Accordingly, strong evidence supports the effect of muscle contractions on soreness. Adding motivation and fun to exercise to maximize its effects compared with other active methods has also been revealed to be very important (32). Similarly, the choice of the intensity of exercise might influence the present results; hence, Wii boxing involving light-to-moderate intensity might lead to higher muscle activation and can potentially be required to optimize the effectiveness of exercise in the days after the intervention protocol (32). Conversely, the use of light concentric exercise (LCE) involving repetitions of flexion-extension without weight, performed in the days after an intensive training session has shown a positive result on soreness only immediately after the recovery protocol (57). This finding correlates with the “exercise-induced analgesia” hypothesis which showed that light-to-moderate intensity seems to contribute in alleviating soreness, although the effect is temporary and not sustainable (27). Therefore, from a practical perspective, LCE seems to be recommended to help to relieve soreness immediately after an intensive training session.

A possible explanation for the lower decrease in muscle performance after knee flexion-extension is the potential effect that high-speed maximal contractions (300°/sec) or shorter time under muscle tension have on inflammatory markers (19). During eccentric and high-speed contractions, predominantly fast-twitch units are recruited (20), thus stimulating type II muscle fibers that potentially are more often injured than type I (40). The selective recruitment of these affected type II fibers reduces the fluid accumulation and swelling and delays the upregulation of proinflammatory cytokines such as nerve growth factor, histamine, and prostaglandins that are responsible for nociceptor activation (34). Therefore, participants showed a better muscle performance in the exercised leg because of the reported decrease in perceived pain compared with the control leg. However, upper extremities were studied (32,43,57), and no significant difference was found in all muscle performance-related parameters between the exercising and control groups. The studies using upper extremities stated no significant positive result on muscle recovery after a damaging exercise and fatigue. The reason behind that might be related to the muscle mass involved in the recovery as the lower extremity has a greater muscle mass than the upper extremity; as a result, the exerted muscle contraction is more accentuated and might lead to significant positive findings.

The contradictory results between the 2 recoveries on ROM could be attributed to the difference in LCE protocols performed (32,57). For example, 10 sets of 60 reps (2 sec/flexion-extension), using an isokinetic dynamometer at 240°/s, were performed for 20 minutes in one study (57), whereas 8 sets of 60 repetitions of flexion-extension with a free weight of 1 lb. were included in another study (32). This difference in the mode of exercise could be translated into a modification in muscle tension occurring between isotonic and isokinetic exercise for speed velocities and load intensities. Recently, some authors have highlighted the importance of speed to quantify the intensity of an exercise, leading to differences in performance (37,41).

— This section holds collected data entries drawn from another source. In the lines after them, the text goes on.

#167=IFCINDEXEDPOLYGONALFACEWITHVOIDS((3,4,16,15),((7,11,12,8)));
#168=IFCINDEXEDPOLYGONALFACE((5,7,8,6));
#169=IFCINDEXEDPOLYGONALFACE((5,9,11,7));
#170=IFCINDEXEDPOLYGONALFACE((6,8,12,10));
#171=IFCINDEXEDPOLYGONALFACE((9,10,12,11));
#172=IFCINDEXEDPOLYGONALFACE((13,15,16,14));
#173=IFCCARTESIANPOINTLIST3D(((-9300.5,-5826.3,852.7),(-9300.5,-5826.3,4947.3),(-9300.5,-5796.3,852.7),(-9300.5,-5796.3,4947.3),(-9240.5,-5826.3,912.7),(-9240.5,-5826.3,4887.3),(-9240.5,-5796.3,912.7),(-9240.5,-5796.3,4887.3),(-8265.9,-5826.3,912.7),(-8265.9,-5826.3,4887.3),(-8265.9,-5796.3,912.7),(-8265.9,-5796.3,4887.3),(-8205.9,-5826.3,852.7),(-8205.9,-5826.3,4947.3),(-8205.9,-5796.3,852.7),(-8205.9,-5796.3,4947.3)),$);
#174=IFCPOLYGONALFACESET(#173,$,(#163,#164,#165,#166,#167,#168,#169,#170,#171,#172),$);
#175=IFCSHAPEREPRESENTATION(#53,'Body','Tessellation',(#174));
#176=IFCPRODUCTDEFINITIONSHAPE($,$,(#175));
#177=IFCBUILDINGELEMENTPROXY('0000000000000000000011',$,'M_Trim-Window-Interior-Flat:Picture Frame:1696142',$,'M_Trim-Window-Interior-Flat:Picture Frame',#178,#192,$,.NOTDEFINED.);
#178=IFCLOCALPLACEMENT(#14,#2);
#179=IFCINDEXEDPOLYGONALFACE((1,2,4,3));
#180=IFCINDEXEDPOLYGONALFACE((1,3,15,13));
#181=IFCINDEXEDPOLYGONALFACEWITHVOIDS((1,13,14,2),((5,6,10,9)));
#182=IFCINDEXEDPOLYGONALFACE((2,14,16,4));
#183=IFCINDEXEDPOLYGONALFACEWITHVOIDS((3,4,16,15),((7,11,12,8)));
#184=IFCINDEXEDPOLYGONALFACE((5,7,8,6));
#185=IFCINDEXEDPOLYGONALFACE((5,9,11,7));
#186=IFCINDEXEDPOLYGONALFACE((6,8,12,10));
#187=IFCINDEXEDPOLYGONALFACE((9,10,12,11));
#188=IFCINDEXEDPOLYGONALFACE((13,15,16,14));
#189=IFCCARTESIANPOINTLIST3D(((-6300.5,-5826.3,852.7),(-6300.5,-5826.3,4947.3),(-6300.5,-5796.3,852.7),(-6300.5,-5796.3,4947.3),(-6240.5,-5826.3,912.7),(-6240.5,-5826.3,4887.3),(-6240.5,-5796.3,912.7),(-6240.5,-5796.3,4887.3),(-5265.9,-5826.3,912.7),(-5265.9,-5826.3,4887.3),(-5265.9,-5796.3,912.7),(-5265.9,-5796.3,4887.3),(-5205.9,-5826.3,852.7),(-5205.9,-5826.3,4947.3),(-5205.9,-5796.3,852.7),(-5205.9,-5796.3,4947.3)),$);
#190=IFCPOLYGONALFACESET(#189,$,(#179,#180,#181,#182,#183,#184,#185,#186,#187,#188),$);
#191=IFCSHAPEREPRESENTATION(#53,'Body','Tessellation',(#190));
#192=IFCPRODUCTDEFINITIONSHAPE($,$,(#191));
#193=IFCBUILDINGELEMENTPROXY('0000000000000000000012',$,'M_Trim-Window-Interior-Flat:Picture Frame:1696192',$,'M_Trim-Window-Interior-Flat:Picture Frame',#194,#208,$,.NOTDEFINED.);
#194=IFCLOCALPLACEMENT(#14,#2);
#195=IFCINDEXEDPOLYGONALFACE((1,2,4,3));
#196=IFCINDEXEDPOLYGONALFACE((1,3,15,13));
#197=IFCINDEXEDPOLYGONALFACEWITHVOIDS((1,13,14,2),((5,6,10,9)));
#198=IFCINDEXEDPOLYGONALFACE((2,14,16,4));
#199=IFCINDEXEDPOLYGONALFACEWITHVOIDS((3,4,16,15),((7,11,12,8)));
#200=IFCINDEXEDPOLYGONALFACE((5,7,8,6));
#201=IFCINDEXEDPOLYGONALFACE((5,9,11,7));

Neither the upper or lower extremity showed a significant change in pain or on isometric or dynamic strength after the application of a low or moderate intensity protocol (1,18,25,35); however, an increase in isometric strength at 72 and 92 hours compared with 24 hours post-EIMD was found in one study after moderate cycling with no effect on dynamic strength (48). The result is in contrast to previous findings of previously mentioned studies stating the positive effect of isolated muscle contractions on soreness perception (19,43,57). The reason behind this dissimilarity might be attributed to the choice of intensity in the examined recovery protocols. Acute endurance exercise is related to higher blood flow and an increase in muscle perfusion helping in removing noxious waste products after a high-intensity exercise causing contractile elements disruption (49). It was suggested that to increase this muscle perfusion and thus decrease soreness, heart rate should be elevated before each exercise to enhance tissue repair (11). Consequently, the light endurance intensity (between 30 and 60%HRmax) used in cycling and arm cranking (1,48) and the submaximal contractions in upper ergometry (360/s) (18) might not have been effective in obtaining a considerable decrease in muscle pain, whereas higher intensities (between 60 and 70% HRmax) have shown better results on muscle performance (48).

In addition, no significant difference was detected after a stretching protocol on pain and soreness perception. This is consistent with all the studies involved in this review (4,54,56). The soreness outcomes are reported to reflect the process of muscle nociception in response to the accumulation of endogenous analgesic agents (17). The fact that participants cannot be blinded during their recovery protocol is an important factor to be mentioned because subjective positive perception was expected in the groups that performed stretching, which leads to a greater expectation of relief after their session (54). Although dynamic stretching was suggested for its reported analgesic effect caused by isometric contraction and thus interrupting the transmission of pain (21,45), the results did not support this idea. In addition, there was no positive effect observed on muscle performance and inflammatory markers, which might be due to the low level of muscle damage reported after a combination of concentric and eccentric contractions instead of pure eccentric bouts to induce muscle deficits soreness (56).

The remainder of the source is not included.